→ Exercise directions
Report every line below that holds the word "IFCPRODUCTDEFINITIONSHAPE".

[[ Records shown, beginning ]]

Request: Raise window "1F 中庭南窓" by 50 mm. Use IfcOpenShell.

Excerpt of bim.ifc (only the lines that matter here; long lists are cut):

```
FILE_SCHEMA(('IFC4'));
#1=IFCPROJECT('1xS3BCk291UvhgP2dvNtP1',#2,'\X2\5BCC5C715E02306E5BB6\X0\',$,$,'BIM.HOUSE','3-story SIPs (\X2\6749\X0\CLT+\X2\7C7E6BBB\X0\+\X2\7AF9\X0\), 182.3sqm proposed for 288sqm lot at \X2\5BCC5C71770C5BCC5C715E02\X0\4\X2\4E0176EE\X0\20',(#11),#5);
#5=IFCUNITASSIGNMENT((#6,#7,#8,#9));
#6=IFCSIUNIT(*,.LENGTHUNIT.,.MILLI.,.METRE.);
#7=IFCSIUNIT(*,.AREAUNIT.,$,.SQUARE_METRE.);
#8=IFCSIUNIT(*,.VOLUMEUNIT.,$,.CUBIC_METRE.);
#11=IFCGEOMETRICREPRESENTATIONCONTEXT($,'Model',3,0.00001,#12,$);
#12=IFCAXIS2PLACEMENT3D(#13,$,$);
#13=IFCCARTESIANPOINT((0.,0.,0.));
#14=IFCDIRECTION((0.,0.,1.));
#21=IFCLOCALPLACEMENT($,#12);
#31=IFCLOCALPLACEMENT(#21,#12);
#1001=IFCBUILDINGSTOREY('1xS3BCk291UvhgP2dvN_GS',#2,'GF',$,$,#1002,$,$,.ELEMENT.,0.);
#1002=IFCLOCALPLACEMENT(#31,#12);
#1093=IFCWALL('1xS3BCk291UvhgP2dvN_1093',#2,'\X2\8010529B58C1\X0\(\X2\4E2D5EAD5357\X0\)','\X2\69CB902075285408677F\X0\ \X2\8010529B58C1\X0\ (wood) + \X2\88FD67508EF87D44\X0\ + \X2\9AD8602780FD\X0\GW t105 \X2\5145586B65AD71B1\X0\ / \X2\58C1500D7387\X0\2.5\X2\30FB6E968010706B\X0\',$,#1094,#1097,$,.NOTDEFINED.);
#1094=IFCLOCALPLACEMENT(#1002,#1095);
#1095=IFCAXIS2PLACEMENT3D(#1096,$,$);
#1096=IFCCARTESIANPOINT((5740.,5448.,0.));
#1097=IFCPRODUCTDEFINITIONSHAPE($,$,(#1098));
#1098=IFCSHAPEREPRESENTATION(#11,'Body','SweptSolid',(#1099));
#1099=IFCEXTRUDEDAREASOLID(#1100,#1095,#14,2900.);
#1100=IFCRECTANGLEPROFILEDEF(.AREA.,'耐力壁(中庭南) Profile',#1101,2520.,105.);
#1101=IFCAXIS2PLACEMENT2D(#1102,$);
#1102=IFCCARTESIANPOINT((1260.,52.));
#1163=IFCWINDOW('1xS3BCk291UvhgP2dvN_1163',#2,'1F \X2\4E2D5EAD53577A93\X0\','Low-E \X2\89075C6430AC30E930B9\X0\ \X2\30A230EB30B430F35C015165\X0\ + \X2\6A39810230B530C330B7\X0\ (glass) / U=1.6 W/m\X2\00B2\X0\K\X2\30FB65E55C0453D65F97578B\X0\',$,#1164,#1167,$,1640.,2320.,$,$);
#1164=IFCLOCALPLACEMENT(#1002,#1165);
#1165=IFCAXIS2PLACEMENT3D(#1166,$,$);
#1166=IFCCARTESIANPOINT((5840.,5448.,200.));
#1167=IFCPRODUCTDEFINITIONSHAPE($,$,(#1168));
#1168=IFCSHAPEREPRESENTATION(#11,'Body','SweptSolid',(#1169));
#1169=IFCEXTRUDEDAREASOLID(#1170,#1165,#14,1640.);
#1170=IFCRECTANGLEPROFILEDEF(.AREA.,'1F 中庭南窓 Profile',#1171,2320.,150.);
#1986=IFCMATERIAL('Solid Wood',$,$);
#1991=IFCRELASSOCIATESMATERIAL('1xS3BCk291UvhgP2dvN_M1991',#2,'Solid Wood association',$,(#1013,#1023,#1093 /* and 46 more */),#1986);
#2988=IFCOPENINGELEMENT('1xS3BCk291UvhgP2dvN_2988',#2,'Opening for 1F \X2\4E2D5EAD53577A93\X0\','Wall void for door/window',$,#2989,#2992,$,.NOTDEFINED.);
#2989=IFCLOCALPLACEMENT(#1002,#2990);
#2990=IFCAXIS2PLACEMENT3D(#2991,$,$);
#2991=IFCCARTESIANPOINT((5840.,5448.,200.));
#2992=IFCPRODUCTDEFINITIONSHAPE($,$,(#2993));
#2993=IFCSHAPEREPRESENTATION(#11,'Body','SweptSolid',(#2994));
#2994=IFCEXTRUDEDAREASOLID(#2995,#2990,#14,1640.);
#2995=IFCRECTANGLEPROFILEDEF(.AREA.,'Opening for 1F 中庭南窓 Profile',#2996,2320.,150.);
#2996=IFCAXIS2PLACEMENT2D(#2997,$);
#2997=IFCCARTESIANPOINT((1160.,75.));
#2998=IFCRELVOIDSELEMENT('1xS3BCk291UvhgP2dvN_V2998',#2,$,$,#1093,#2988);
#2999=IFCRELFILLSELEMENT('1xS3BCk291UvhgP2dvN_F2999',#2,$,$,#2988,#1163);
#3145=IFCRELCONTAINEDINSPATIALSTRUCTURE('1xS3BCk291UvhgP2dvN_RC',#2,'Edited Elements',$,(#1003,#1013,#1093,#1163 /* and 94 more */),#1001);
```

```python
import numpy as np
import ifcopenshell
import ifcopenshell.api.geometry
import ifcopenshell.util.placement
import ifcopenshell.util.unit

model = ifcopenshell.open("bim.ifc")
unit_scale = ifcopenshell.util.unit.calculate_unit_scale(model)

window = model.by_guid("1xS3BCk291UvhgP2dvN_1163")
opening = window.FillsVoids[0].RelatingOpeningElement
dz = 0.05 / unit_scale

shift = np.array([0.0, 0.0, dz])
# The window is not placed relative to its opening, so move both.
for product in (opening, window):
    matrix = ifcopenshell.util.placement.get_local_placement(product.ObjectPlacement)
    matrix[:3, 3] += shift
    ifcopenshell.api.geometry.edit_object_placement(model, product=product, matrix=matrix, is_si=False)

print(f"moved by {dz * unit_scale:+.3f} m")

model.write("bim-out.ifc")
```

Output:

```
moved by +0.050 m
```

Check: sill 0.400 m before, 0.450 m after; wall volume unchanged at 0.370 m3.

[[ Records shown, end ]]
[[ Records shown, beginning ]]

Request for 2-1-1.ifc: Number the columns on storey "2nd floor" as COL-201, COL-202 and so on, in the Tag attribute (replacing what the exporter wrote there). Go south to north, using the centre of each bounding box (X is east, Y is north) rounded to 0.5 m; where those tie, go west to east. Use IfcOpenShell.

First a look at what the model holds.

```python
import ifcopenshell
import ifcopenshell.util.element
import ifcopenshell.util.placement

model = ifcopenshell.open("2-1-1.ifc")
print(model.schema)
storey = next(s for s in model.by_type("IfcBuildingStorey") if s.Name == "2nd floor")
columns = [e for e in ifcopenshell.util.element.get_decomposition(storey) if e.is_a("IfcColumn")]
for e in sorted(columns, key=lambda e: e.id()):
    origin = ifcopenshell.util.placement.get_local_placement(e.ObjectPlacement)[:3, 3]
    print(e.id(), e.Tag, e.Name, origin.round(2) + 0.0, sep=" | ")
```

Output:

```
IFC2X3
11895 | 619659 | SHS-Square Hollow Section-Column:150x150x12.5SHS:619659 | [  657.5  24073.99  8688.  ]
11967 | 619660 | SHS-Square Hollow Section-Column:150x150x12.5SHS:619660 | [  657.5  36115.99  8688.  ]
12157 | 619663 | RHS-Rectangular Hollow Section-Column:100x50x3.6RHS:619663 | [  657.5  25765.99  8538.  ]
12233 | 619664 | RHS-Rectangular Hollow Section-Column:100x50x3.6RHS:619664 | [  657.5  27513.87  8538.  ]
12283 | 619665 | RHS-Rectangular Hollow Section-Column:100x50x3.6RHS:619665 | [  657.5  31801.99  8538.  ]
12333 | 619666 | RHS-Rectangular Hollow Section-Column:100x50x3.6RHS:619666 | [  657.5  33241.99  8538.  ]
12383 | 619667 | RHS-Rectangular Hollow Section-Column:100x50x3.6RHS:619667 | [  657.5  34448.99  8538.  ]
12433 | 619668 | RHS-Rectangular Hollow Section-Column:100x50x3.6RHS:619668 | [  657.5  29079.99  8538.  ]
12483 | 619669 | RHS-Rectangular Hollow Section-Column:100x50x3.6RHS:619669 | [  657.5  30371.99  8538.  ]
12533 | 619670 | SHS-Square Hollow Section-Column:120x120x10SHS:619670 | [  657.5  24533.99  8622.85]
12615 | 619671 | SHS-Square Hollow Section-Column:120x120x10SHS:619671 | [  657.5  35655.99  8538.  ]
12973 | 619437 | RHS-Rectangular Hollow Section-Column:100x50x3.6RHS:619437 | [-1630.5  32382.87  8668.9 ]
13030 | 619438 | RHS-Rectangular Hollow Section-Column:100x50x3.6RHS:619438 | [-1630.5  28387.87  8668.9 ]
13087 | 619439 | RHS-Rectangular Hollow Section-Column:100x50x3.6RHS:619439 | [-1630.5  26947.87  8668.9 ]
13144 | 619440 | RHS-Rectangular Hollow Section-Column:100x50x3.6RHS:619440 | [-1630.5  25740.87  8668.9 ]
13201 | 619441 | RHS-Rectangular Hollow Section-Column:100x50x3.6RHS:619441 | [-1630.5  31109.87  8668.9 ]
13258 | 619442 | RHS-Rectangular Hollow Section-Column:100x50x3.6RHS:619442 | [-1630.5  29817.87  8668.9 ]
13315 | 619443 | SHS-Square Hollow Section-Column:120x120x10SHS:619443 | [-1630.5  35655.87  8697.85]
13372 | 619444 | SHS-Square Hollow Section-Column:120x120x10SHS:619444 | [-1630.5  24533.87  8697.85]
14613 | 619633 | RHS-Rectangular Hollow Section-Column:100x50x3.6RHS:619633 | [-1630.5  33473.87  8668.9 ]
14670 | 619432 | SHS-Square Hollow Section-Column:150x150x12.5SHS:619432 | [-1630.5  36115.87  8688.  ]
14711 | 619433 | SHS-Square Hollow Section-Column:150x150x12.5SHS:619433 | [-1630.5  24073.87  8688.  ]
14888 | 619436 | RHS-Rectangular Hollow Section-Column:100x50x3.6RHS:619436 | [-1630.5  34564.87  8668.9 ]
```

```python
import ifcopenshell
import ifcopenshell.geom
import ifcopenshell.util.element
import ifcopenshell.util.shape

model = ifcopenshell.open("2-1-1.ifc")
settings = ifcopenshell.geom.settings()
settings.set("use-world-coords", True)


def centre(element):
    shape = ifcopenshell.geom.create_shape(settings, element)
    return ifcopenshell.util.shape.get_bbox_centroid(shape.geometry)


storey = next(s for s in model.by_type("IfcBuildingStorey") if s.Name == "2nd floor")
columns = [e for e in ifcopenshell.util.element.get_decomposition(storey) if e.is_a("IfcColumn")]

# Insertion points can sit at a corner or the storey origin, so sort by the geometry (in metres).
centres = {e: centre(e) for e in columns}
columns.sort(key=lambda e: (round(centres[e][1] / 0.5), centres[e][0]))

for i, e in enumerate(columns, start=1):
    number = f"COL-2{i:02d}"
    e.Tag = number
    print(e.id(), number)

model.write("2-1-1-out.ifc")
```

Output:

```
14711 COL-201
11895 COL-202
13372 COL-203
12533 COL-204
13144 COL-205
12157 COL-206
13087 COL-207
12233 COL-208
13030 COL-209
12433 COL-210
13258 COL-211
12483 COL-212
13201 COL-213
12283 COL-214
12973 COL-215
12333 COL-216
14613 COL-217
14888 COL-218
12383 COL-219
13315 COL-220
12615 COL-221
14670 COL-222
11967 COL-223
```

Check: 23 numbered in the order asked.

[[ Records shown, end ]]

→ Reply to the task
#1097=IFCPRODUCTDEFINITIONSHAPE($,$,(#1098));
#1167=IFCPRODUCTDEFINITIONSHAPE($,$,(#1168));
#2992=IFCPRODUCTDEFINITIONSHAPE($,$,(#2993));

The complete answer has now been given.